SGLT2-Hemmer erzeugen Glukosurie und Natriurese, erläuterte Kunter, und reduzierten den tubulären Energieverbrauch in den Zellen. Weil sie der Niere Arbeit bei der Rückresorption der durchfließenden Glucose abnähmen, könne sich die Niere besser erholen. Die Referentin erwarte im Zuge der Aktualisierung der internationalen KDIGO-Leitlinien eine Empfehlung für SGLT2i auch für Nicht-Diabetiker.
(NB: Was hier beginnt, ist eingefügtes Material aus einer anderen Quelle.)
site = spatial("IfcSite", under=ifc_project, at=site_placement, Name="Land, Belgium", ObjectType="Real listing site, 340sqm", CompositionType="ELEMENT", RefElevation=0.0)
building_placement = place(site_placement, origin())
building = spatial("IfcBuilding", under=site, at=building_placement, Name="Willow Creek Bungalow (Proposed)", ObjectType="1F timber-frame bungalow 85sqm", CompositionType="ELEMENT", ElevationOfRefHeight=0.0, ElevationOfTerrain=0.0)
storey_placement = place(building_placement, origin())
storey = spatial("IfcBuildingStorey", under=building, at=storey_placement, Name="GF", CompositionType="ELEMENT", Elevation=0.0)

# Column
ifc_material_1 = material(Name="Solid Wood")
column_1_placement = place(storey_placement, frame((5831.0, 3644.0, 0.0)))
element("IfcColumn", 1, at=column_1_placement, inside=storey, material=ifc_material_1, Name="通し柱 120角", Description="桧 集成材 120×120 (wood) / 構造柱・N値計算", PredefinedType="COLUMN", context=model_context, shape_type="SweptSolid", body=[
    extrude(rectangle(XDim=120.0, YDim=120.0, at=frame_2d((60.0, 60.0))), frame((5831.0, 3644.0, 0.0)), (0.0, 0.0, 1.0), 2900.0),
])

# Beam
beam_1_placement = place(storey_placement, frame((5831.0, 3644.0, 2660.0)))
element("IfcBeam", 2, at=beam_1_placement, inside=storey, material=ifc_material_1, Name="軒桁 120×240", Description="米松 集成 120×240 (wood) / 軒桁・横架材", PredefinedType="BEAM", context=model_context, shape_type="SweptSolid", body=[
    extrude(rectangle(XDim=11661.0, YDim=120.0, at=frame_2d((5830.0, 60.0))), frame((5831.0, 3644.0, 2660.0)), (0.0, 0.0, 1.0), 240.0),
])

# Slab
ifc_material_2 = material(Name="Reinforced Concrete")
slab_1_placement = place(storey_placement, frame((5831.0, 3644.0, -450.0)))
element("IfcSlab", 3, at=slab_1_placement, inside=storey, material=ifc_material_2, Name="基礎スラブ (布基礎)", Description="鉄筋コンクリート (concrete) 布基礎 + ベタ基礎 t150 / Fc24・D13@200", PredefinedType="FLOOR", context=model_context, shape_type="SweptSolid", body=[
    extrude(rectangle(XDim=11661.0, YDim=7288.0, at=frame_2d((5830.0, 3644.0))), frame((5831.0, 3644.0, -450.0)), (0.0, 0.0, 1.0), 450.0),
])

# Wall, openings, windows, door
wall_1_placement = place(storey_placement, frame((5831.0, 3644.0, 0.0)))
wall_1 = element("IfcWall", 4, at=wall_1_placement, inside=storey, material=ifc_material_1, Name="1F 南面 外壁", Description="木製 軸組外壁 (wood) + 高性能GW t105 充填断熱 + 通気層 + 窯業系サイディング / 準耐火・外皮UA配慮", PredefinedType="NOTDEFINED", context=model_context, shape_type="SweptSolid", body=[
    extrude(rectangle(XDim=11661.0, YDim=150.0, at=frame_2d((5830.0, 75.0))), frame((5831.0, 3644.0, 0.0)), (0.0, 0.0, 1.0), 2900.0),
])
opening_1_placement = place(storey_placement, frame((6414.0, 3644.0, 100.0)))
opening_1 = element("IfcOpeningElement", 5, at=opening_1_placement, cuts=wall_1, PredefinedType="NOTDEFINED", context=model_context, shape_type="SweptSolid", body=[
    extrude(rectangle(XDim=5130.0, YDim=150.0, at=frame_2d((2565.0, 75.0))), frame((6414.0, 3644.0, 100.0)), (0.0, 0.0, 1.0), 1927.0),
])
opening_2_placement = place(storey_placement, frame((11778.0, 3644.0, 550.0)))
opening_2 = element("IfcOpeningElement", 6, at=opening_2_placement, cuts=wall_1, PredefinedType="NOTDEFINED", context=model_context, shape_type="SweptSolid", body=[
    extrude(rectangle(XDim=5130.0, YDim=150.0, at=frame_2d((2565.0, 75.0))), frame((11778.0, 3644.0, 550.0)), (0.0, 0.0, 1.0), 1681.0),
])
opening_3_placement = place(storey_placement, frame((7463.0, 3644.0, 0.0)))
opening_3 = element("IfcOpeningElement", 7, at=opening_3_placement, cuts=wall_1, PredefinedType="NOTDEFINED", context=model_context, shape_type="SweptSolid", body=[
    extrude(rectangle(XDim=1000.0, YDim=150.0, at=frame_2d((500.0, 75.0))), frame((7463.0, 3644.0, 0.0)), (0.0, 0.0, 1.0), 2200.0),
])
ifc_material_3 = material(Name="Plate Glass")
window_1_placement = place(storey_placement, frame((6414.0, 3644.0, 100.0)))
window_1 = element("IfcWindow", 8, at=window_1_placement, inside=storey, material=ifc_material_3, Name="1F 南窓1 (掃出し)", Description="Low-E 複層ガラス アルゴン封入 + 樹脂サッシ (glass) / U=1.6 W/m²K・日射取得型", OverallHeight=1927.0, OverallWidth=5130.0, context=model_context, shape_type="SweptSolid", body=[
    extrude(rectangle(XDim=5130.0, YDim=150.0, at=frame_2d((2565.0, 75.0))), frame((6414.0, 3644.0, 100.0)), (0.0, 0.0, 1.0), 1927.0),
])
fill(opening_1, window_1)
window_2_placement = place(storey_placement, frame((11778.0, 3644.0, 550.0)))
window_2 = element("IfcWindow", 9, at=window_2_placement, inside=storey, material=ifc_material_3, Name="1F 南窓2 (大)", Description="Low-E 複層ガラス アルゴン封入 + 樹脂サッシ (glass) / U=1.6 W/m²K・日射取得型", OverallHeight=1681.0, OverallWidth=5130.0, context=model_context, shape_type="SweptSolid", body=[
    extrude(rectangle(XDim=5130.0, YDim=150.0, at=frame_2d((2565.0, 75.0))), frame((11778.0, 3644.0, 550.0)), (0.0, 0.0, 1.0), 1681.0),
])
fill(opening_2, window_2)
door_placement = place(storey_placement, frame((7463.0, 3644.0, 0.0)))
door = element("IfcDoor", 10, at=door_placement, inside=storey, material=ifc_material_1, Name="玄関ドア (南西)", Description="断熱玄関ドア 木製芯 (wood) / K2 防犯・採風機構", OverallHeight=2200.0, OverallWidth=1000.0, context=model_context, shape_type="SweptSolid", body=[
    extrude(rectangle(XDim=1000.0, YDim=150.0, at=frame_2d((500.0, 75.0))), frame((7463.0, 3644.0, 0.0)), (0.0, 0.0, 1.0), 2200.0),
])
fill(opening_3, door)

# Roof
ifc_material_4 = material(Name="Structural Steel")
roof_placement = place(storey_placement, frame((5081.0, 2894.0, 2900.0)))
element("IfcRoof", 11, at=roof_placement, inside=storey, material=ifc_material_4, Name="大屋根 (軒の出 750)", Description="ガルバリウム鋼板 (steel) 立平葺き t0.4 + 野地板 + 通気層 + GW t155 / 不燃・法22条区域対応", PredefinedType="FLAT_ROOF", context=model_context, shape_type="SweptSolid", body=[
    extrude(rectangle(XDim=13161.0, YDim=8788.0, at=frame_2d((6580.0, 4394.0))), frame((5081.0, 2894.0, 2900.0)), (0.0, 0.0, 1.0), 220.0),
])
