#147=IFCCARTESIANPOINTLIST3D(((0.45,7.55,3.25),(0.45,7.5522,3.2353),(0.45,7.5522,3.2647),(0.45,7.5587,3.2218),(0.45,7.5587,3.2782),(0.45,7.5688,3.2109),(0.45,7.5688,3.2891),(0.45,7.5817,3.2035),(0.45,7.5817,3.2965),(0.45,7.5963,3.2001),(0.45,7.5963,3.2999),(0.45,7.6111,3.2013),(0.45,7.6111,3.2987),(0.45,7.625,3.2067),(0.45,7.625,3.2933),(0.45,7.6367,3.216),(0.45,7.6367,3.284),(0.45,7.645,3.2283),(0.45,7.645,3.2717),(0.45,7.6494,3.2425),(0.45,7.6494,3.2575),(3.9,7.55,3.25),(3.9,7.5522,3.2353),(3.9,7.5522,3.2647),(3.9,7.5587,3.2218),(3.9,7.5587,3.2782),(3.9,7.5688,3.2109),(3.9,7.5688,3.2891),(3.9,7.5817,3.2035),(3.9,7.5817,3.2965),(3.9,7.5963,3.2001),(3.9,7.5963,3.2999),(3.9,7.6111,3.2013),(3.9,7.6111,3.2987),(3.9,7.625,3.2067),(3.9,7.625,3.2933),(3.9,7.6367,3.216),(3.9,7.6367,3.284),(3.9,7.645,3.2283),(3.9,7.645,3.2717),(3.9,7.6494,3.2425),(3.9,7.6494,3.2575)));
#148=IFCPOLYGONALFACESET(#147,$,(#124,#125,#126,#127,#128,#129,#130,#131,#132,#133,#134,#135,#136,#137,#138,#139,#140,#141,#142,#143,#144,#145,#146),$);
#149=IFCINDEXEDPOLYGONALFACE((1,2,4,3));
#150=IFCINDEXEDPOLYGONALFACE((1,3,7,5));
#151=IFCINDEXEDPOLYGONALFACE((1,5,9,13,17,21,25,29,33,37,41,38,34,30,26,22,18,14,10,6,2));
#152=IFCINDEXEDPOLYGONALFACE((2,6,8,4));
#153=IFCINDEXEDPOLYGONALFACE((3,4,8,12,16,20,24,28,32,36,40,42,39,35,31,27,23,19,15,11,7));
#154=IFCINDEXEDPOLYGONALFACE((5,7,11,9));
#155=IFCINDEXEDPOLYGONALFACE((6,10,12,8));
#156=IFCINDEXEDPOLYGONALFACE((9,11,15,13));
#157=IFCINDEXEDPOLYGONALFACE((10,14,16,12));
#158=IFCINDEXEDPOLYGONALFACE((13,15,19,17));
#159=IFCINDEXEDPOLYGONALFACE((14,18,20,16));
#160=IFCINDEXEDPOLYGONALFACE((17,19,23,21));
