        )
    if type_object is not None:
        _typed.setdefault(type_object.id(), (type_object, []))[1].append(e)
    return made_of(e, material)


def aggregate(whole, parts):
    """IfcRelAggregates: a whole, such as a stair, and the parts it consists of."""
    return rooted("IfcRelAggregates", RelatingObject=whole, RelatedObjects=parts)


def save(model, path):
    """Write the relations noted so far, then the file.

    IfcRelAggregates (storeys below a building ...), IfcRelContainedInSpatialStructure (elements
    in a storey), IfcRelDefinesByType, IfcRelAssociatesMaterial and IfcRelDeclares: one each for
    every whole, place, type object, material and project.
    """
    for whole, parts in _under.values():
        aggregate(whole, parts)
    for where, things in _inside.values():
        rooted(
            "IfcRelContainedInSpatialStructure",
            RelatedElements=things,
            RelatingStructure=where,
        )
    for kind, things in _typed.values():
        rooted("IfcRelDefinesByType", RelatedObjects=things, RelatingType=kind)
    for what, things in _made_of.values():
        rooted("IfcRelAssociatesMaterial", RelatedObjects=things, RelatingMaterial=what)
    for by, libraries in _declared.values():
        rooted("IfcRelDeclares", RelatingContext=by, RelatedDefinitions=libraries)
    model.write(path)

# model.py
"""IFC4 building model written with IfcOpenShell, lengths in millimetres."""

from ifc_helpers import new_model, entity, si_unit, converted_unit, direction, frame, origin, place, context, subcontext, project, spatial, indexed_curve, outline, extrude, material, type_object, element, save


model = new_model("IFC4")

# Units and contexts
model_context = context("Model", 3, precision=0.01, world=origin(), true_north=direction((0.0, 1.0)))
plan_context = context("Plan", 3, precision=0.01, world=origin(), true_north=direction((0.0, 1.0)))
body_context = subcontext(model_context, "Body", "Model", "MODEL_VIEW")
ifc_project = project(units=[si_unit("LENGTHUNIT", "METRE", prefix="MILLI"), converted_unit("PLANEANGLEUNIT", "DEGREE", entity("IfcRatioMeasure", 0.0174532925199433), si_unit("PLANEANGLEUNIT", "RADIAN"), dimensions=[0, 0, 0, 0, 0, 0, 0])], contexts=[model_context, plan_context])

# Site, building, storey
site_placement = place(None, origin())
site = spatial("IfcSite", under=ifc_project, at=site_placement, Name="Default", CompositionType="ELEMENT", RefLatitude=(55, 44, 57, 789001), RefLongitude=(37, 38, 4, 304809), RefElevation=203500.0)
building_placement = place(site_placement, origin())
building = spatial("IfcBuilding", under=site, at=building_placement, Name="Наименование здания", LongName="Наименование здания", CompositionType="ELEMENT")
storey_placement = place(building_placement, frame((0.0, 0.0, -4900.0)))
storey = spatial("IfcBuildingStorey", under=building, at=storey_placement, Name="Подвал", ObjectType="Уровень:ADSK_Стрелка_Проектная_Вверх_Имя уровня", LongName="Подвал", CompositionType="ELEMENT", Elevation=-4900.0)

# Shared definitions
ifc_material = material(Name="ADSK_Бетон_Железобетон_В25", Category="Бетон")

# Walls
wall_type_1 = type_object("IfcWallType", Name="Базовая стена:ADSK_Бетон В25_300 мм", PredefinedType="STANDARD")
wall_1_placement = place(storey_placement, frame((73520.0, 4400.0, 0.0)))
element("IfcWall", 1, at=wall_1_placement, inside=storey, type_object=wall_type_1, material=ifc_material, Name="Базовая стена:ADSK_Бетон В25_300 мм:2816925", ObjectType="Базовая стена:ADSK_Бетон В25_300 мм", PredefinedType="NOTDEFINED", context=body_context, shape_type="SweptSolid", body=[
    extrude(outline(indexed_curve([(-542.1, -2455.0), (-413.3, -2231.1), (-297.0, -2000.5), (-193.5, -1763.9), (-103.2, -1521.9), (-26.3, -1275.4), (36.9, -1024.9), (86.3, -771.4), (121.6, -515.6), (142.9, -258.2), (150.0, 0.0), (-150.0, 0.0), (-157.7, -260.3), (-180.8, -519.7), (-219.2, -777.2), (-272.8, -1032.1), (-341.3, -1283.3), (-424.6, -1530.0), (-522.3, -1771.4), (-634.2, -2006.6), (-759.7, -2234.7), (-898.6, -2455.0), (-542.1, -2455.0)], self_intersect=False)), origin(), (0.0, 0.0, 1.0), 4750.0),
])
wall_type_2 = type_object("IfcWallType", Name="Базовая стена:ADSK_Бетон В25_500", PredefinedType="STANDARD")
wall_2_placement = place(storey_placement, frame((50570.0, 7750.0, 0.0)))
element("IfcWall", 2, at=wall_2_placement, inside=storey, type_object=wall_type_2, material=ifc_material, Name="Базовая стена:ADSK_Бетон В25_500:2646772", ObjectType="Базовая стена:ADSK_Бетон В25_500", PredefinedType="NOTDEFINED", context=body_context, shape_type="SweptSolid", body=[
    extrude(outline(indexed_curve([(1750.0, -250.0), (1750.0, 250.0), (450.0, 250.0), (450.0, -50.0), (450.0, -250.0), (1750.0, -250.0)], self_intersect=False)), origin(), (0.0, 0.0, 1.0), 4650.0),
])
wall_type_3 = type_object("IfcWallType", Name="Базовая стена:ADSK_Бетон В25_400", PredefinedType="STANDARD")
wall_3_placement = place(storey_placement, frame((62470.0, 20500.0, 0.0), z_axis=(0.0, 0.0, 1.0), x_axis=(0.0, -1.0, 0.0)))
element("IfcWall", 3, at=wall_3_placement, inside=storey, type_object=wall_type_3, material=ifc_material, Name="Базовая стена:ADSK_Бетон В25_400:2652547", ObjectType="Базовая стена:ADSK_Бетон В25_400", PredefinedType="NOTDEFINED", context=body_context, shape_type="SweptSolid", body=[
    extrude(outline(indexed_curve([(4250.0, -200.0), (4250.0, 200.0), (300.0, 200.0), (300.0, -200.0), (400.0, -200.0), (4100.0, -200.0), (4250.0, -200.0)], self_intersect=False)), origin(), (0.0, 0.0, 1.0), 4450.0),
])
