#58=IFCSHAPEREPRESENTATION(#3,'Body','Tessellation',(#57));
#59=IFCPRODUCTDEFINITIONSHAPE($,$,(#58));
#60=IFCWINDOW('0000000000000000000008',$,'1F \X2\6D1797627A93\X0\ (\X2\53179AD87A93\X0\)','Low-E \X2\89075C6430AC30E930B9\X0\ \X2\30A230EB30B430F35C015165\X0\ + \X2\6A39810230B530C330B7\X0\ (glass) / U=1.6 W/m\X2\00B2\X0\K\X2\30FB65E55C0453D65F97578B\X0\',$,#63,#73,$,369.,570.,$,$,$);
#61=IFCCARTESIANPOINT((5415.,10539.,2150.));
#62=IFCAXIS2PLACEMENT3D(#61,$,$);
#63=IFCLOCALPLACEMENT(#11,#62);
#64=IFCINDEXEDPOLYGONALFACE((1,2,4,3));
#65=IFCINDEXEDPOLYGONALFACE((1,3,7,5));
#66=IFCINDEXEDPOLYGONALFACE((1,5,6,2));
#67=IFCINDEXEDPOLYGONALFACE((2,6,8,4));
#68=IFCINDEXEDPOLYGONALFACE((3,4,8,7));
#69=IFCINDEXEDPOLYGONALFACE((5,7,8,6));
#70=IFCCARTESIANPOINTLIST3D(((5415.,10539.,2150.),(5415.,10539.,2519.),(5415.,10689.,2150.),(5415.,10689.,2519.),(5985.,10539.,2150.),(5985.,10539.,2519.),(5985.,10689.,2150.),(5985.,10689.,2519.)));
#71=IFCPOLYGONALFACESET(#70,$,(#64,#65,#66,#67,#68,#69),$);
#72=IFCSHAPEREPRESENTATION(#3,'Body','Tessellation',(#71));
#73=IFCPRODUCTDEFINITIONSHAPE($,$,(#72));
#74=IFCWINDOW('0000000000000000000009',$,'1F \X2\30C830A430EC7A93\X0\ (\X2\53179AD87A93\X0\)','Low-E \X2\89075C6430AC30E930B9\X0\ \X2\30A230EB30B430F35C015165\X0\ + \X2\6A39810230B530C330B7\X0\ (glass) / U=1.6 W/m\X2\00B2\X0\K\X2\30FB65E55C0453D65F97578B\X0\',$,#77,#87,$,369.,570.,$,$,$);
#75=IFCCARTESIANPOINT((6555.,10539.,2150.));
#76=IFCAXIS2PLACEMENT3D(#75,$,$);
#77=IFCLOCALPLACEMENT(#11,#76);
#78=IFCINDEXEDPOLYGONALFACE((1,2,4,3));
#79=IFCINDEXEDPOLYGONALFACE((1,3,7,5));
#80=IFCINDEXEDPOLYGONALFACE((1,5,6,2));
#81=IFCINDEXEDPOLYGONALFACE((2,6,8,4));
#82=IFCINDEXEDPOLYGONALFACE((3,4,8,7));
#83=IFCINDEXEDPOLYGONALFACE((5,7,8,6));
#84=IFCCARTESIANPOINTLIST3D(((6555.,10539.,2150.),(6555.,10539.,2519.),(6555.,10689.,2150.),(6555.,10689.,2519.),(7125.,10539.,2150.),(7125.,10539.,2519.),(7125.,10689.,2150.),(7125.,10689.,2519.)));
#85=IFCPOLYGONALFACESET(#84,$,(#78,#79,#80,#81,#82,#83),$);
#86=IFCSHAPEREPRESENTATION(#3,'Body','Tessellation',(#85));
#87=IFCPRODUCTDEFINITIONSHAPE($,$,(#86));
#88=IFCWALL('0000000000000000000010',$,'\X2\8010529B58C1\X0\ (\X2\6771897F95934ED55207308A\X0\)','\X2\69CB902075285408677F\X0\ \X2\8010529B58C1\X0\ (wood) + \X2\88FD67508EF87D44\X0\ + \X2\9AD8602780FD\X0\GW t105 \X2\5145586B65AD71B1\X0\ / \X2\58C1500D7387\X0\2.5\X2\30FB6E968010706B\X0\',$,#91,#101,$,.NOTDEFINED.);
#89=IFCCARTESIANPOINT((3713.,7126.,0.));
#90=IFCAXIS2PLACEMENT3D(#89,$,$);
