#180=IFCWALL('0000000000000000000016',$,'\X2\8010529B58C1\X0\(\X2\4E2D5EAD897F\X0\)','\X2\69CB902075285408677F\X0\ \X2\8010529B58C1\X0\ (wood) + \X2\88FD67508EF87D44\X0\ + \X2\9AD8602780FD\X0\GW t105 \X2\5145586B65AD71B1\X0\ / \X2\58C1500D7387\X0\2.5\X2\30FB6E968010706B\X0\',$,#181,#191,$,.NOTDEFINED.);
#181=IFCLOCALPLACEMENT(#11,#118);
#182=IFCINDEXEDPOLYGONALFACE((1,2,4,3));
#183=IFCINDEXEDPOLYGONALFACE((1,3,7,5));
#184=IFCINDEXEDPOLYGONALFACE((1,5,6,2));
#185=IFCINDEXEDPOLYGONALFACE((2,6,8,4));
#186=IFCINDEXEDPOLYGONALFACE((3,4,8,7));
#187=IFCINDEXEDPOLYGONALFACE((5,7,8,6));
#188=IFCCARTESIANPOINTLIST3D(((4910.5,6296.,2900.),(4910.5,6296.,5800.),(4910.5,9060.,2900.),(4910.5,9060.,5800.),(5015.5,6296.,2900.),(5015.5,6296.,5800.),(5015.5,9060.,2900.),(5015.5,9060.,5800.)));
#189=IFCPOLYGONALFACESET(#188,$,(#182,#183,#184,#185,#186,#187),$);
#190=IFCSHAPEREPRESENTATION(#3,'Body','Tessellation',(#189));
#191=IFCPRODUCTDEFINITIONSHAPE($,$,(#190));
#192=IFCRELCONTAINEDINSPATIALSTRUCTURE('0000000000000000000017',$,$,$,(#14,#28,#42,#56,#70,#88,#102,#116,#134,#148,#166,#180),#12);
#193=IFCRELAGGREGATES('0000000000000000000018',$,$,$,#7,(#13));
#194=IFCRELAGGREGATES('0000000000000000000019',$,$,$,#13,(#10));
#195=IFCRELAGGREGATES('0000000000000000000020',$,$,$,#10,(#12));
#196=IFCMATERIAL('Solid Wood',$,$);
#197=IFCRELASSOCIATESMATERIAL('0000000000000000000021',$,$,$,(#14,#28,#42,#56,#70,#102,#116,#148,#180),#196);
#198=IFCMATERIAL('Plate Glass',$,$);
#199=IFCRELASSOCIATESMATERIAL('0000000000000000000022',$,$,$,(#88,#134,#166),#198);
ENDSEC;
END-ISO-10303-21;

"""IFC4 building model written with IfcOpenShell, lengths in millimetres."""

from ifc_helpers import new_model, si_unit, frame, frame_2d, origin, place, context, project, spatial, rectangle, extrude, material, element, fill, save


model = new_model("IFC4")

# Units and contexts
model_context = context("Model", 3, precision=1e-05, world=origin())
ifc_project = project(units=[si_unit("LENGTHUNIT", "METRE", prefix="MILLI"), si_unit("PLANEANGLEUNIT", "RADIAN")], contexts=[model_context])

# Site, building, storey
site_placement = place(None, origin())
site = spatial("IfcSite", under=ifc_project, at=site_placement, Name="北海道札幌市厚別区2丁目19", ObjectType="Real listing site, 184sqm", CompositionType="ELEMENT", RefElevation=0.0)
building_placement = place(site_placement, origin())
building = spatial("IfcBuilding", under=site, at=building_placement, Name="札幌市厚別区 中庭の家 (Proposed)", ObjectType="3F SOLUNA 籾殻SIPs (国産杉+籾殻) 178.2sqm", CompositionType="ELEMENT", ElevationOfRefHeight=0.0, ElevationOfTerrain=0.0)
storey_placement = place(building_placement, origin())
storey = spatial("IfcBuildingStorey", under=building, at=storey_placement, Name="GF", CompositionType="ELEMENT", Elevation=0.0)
Analysen ergaben im Vergleich zu Placebo eine Risikoreduktion von Nierenergebnissen um 37 %, es profitierten gleichermaßen Patienten mit und ohne Diabetes. Die Ergebnisse seien hochkonsistent und sehr klar, genau wie für die Indikationen Diabetes und Herzinsuffizienz. Bei einer IGA-Nephritis und Glomerulonephritis seien sie laut aktueller Studienergebnisse (EMPA-Kidney, DAPA-CKD) ebenso zu empfehlen, außerdem bei akutem Nierenversagen. Auch die Kombination mit beispielsweise Eplerenon oder Fineronon seien denkbar, aktuell liefen Studien hierzu. Zurzeit in Deutschland zugelassen für die CKD-Therapie ist Dapagliflozin.
Quelle
Univ. Prof. Dr.med. Jochen Seufert, Prof. Dr. Michael Lehrke, Priv.-Doz. Dr. med. Uta Kunter. SGLT2-Inhibitoren – Alleskönner in der Diabetologie, Kardiologie und Nephrologie. Diabetes-Kongress 2023 (DDG) am 17. bis 20. Mai 2023.